- Born: December 31, 1909 Manila, Philippines
- Died: July 16, 1975 (aged 65)
- Allegiance: United States
- Branch: United States Navy
- Service years: 1927–1959
- Rank: Captain
- Conflicts: World War II Pacific War; Korean War

= Henry G. Munson =

United States Navy officer (1909–1975)

Henry Glass Munson (1909–1975) was an officer in the United States Navy during the Second World War and Korean War. He served with distinction during wartime and played a critical role in the development of submarine warfare.

Munson enlisted in the Navy in 1927. He was accepted into the US Naval Academy the next year, from where he graduated in 1932. His classmates included Richard Best, Bruce McCandless, and Lloyd Mustin. He served on surface ships until entering submarine school in 1936. During World War II, Munson commanded several submarines, including the USS Crevalle (SS-291), the USS S-38 (SS-143), and the USS Rasher (SS-269). In the course of a single day under his command, the lattermost submarine sank Japanese ships totaling an estimated 55,723 tons. The cruise sank the tenth most enemy ships of any submarine mission in the war.

Following the war, he became a leader in submarine warfare research and development. According to Naval documents, in November, 1946, "he supervised the first actual guided missile firings from submarines" as the commander of Submarine Division 71. He headed the group that developed the Mark 45 torpedo, planned and oversaw Operation Sandblast, the first submerged circumnavigation of the world, and directed the investigation into the loss of the USS Thresher (SSN-593).

In addition to the Navy Cross with two Gold Stars in lieu of additional awards, the Commendation Ribbon with two stars and Combat "V," the Presidential Unit Citation Ribbon and the Navy Commendation Ribbon, Captain Munson has the American Defense Service Medal with star; Asiatic-Pacific Campaign Medal with two operation stars; American Campaign Medal; World War II Victory Medal; China Service Medal (extended); National Defense Service Medal; Korean Service Medal; and United Nations Service Medal.
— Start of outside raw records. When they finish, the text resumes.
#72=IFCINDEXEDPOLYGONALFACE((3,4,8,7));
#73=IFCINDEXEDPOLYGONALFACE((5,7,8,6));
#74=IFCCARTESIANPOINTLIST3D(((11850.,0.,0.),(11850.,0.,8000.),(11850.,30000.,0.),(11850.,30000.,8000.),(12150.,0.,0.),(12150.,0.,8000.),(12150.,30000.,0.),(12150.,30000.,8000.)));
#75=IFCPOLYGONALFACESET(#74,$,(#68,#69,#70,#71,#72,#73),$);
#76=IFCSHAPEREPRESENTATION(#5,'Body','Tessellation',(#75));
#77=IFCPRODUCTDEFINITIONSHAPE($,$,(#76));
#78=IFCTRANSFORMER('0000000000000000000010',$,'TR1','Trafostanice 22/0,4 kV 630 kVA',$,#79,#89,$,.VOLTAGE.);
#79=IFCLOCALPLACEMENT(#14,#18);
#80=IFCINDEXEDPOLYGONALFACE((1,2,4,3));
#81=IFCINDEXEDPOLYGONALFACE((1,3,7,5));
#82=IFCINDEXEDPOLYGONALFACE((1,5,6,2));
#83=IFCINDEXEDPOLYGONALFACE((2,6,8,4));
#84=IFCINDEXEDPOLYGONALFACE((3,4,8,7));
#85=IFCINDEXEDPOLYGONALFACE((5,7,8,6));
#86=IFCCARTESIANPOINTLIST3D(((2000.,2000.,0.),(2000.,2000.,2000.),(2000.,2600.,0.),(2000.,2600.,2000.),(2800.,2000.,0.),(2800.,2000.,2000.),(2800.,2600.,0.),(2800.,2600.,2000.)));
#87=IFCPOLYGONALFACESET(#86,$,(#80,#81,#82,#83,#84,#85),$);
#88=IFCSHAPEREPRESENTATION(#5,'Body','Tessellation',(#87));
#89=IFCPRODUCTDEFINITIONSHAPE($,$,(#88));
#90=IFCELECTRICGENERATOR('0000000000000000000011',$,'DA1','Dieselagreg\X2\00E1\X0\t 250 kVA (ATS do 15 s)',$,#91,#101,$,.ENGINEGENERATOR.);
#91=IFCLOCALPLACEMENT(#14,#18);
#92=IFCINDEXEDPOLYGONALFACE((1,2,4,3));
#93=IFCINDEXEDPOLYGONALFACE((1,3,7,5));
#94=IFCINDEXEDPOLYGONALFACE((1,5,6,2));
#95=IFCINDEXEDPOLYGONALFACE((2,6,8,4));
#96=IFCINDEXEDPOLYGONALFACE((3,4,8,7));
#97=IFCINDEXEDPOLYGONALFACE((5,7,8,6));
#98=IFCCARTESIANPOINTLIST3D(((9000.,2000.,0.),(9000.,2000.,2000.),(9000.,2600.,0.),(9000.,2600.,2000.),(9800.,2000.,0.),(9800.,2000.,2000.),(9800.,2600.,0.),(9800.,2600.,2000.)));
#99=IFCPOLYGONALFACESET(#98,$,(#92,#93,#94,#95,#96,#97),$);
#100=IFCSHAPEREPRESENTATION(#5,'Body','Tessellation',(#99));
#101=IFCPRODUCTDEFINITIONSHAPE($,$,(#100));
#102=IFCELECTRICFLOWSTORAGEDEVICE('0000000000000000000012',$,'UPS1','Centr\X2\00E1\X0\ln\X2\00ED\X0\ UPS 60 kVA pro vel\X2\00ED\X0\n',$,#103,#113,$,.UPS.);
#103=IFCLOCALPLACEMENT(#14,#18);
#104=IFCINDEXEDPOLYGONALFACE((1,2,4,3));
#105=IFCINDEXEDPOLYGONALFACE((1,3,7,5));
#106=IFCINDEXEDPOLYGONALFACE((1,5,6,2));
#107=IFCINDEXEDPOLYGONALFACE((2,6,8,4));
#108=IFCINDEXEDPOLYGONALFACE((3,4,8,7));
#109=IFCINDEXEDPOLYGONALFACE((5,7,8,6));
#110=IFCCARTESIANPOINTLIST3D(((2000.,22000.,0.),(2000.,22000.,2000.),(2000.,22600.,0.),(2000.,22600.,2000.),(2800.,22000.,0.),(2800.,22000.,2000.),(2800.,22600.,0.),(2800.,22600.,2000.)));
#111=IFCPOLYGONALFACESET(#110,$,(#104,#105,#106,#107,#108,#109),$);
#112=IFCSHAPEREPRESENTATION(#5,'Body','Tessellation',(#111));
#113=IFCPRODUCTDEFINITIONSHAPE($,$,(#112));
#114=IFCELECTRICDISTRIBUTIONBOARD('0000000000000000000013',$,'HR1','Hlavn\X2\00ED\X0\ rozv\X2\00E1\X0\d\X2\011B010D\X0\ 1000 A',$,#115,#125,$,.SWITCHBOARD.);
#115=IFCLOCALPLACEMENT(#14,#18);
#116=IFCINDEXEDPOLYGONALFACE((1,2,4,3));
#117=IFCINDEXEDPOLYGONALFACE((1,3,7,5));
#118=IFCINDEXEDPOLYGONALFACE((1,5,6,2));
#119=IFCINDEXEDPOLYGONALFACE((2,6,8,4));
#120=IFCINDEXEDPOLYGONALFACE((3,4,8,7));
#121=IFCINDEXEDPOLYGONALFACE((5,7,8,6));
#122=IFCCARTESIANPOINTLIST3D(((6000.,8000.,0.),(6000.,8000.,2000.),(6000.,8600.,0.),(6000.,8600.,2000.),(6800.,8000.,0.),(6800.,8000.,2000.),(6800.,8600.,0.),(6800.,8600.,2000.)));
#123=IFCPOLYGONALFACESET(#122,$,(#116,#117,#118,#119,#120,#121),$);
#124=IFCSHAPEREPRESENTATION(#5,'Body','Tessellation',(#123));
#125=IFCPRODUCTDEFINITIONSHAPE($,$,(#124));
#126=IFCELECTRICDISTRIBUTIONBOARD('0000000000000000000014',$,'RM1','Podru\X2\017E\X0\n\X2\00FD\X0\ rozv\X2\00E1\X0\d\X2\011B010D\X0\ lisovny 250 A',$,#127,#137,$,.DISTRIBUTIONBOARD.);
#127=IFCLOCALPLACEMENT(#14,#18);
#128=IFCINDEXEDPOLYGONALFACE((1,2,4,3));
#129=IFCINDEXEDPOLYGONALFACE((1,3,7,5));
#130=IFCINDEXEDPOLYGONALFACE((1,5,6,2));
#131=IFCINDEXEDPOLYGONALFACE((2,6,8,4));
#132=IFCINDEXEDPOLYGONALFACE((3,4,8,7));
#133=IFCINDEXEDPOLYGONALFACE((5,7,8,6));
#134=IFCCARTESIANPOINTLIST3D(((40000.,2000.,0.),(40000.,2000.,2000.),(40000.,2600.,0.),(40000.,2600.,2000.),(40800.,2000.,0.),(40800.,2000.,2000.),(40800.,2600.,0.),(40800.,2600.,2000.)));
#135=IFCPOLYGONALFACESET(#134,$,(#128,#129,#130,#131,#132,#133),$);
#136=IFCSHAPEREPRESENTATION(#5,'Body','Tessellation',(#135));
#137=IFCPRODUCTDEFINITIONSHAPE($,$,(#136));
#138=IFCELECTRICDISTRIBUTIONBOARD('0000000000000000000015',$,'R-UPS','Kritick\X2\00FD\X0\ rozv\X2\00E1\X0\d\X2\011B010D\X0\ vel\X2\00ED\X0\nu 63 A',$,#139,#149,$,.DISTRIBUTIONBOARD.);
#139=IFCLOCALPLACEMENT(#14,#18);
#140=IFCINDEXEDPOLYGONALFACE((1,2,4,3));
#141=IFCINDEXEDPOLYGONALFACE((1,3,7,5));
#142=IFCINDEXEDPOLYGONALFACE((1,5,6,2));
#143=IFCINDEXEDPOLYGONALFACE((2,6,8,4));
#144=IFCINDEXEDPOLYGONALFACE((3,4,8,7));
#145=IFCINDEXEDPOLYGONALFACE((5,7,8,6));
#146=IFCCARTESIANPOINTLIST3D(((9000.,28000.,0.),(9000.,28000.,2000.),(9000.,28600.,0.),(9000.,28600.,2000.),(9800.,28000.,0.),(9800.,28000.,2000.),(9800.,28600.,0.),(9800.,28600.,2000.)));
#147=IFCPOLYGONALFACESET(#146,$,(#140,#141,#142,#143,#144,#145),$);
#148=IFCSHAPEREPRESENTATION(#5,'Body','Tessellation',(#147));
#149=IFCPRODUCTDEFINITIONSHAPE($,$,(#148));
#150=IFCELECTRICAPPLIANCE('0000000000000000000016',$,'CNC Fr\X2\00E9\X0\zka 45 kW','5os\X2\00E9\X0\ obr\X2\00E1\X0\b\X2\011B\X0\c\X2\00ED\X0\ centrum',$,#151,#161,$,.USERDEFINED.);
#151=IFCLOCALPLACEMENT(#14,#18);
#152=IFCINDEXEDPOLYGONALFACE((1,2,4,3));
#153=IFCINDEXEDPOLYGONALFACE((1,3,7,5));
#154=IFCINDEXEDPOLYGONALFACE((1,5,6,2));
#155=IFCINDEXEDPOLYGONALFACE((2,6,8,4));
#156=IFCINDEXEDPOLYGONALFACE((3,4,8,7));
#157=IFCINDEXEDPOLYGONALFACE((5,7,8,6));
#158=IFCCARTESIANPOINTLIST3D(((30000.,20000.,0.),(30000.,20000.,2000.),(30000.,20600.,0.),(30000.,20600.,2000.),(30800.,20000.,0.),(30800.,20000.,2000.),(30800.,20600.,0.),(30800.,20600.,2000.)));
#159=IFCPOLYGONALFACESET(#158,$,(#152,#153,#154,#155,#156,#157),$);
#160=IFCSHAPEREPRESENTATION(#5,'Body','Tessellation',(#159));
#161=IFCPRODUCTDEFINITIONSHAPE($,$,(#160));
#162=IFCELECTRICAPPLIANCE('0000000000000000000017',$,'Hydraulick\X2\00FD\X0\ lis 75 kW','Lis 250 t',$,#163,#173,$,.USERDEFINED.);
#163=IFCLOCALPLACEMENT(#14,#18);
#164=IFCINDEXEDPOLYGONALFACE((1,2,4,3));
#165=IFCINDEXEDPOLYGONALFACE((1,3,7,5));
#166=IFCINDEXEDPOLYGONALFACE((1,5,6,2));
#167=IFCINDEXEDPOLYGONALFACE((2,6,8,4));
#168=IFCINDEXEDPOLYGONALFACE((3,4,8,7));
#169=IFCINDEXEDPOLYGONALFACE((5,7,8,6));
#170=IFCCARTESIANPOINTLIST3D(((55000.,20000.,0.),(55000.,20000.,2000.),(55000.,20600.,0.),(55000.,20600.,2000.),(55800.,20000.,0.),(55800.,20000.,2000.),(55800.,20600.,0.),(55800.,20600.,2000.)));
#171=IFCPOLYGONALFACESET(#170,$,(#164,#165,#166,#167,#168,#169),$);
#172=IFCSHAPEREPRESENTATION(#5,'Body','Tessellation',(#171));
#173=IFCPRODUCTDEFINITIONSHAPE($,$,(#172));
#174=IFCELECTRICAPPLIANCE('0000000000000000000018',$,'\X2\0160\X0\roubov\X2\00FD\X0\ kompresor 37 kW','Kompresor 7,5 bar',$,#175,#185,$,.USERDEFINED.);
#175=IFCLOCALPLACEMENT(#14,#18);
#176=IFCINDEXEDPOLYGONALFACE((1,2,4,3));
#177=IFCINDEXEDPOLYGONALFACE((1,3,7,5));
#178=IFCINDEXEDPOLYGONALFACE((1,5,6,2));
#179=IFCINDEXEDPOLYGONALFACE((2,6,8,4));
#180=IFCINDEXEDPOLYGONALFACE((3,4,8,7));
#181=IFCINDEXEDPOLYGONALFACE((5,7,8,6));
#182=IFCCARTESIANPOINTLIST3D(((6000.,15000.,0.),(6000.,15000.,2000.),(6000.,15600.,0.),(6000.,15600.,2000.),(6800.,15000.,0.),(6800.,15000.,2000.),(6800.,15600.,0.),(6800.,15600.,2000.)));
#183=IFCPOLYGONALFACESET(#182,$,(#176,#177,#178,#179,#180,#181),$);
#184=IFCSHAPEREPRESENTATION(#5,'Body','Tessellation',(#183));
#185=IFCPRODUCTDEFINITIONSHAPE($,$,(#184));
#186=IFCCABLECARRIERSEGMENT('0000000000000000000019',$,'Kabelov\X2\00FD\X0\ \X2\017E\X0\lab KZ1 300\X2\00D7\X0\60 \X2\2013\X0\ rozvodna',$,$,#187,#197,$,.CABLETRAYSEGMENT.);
Captain Munson married the former Anna M. Olsen of Waukegan, Illinois in Honolulu in 1939. Munson retired from the Navy in 1959, after which he served as senior research associate for the David Sarnoff Research Center. A third and last career found him teaching advanced physics at Princeton High School. Following his death on July 16, 1975, Captain Munson and Anna's remains were interred in the Pacific Ocean west of Kauai on February 6, 2002.[4]